As I said, my list wasn't meant to be exhaustive or definitive,
but rather to reflect a set of elements about which I am
confident there would be near-universal agreement that they
are /necessary/ (as opposed to sufficient).

> Congratulations :-(.  You have just *re*-invented DOCTYPE, in particular 
> internal subsets.  Specifying the language within the main part of the 
> document is just wrong!  (This also has similarities to xmlns=....)

Only if the extension can affect the <head> region; if (as I believe
would be borne out in real life) the extensions would affect only
the body region, then I do not think there is a /prima facie/ case
against introducing them in the <head> region.  Internal subsets
do indeed address the same issue, but few were ever capable of
writing and using them.  My hope is that we /might/ be able to
specify an extension mechanism that is sufficiently simple [1]
to be capable of being used by the man on the Clapham Common omnibus ... .

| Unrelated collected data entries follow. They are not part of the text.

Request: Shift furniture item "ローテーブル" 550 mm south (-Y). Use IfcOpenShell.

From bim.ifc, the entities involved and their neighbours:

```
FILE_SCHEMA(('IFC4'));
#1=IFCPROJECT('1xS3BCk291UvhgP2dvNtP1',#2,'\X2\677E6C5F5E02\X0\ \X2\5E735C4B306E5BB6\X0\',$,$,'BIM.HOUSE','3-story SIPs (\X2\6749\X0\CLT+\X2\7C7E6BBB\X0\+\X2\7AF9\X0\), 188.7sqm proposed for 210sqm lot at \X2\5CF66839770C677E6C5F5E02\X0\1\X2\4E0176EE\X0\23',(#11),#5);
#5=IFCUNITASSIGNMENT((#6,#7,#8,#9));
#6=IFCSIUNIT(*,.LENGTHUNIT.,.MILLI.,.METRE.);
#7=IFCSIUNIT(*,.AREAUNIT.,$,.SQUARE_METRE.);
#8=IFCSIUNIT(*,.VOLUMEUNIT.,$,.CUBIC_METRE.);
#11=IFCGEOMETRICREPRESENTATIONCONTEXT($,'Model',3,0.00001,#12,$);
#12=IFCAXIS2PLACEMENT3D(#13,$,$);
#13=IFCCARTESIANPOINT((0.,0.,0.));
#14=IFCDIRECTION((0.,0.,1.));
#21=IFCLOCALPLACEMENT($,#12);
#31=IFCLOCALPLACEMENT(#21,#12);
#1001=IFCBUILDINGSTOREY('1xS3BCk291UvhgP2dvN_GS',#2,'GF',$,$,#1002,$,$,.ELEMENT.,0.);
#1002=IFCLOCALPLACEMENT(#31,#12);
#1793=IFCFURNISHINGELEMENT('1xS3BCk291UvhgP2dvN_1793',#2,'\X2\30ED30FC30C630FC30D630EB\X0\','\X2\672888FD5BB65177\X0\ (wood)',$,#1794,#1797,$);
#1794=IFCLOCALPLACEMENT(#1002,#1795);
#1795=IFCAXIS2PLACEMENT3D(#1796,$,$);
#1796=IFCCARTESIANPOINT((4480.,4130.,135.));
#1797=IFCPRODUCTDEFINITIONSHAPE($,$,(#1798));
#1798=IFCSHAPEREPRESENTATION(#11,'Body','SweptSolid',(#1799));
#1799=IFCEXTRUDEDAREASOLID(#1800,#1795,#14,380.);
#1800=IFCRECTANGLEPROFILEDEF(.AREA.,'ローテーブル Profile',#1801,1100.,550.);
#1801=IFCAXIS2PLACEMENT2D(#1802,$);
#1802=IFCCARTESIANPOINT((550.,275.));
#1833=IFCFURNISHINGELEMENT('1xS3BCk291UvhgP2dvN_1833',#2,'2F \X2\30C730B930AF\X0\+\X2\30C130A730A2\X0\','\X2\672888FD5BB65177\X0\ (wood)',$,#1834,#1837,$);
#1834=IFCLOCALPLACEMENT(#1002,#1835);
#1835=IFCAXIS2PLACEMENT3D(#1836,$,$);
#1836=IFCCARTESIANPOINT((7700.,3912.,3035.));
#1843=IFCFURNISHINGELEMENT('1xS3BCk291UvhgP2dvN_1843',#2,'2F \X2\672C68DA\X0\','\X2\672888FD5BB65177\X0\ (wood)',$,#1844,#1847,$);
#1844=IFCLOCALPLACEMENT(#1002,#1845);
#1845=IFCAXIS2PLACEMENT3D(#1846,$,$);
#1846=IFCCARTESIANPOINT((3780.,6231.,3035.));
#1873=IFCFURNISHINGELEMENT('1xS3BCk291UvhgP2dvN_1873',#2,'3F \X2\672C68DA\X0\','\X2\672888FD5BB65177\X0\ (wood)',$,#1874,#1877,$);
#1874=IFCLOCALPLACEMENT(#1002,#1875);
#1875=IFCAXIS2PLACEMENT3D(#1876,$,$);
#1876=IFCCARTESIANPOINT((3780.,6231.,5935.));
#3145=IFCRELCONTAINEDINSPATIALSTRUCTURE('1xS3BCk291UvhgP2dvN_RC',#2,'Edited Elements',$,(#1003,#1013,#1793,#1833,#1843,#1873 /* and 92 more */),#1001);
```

```python
import ifcopenshell
import ifcopenshell.api.geometry
import ifcopenshell.util.placement

model = ifcopenshell.open("bim.ifc")

item = model.by_guid("1xS3BCk291UvhgP2dvN_1793")
matrix = ifcopenshell.util.placement.get_local_placement(item.ObjectPlacement)
matrix[1, 3] -= 550.0
ifcopenshell.api.geometry.edit_object_placement(model, product=item, matrix=matrix, is_si=False)

print(ifcopenshell.util.placement.get_local_placement(item.ObjectPlacement).round(3) + 0.0)

model.write("bim_v2.ifc")
```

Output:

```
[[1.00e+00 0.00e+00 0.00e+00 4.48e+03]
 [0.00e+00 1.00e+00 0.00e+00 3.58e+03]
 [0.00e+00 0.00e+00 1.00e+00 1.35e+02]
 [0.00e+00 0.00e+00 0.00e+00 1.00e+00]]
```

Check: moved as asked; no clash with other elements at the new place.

>> Then, if a particular author needed <var>, <code>, <samp> and <kbd>,
>> and if these were provided by (say)
>>     http://www.whatwg.org/html/dialects/informatics
> <var> is a much wider concept than informatics.  Its origins are in 
> mathematics, but it is useful in a much wider field.  "informatics" 
> implies a niche for <samp> and <kbd>, when these are actually concepts 
> that anyone who writes HTML, uses a mobile phone, or almost any other 
> piece of modern technology, are familiar with.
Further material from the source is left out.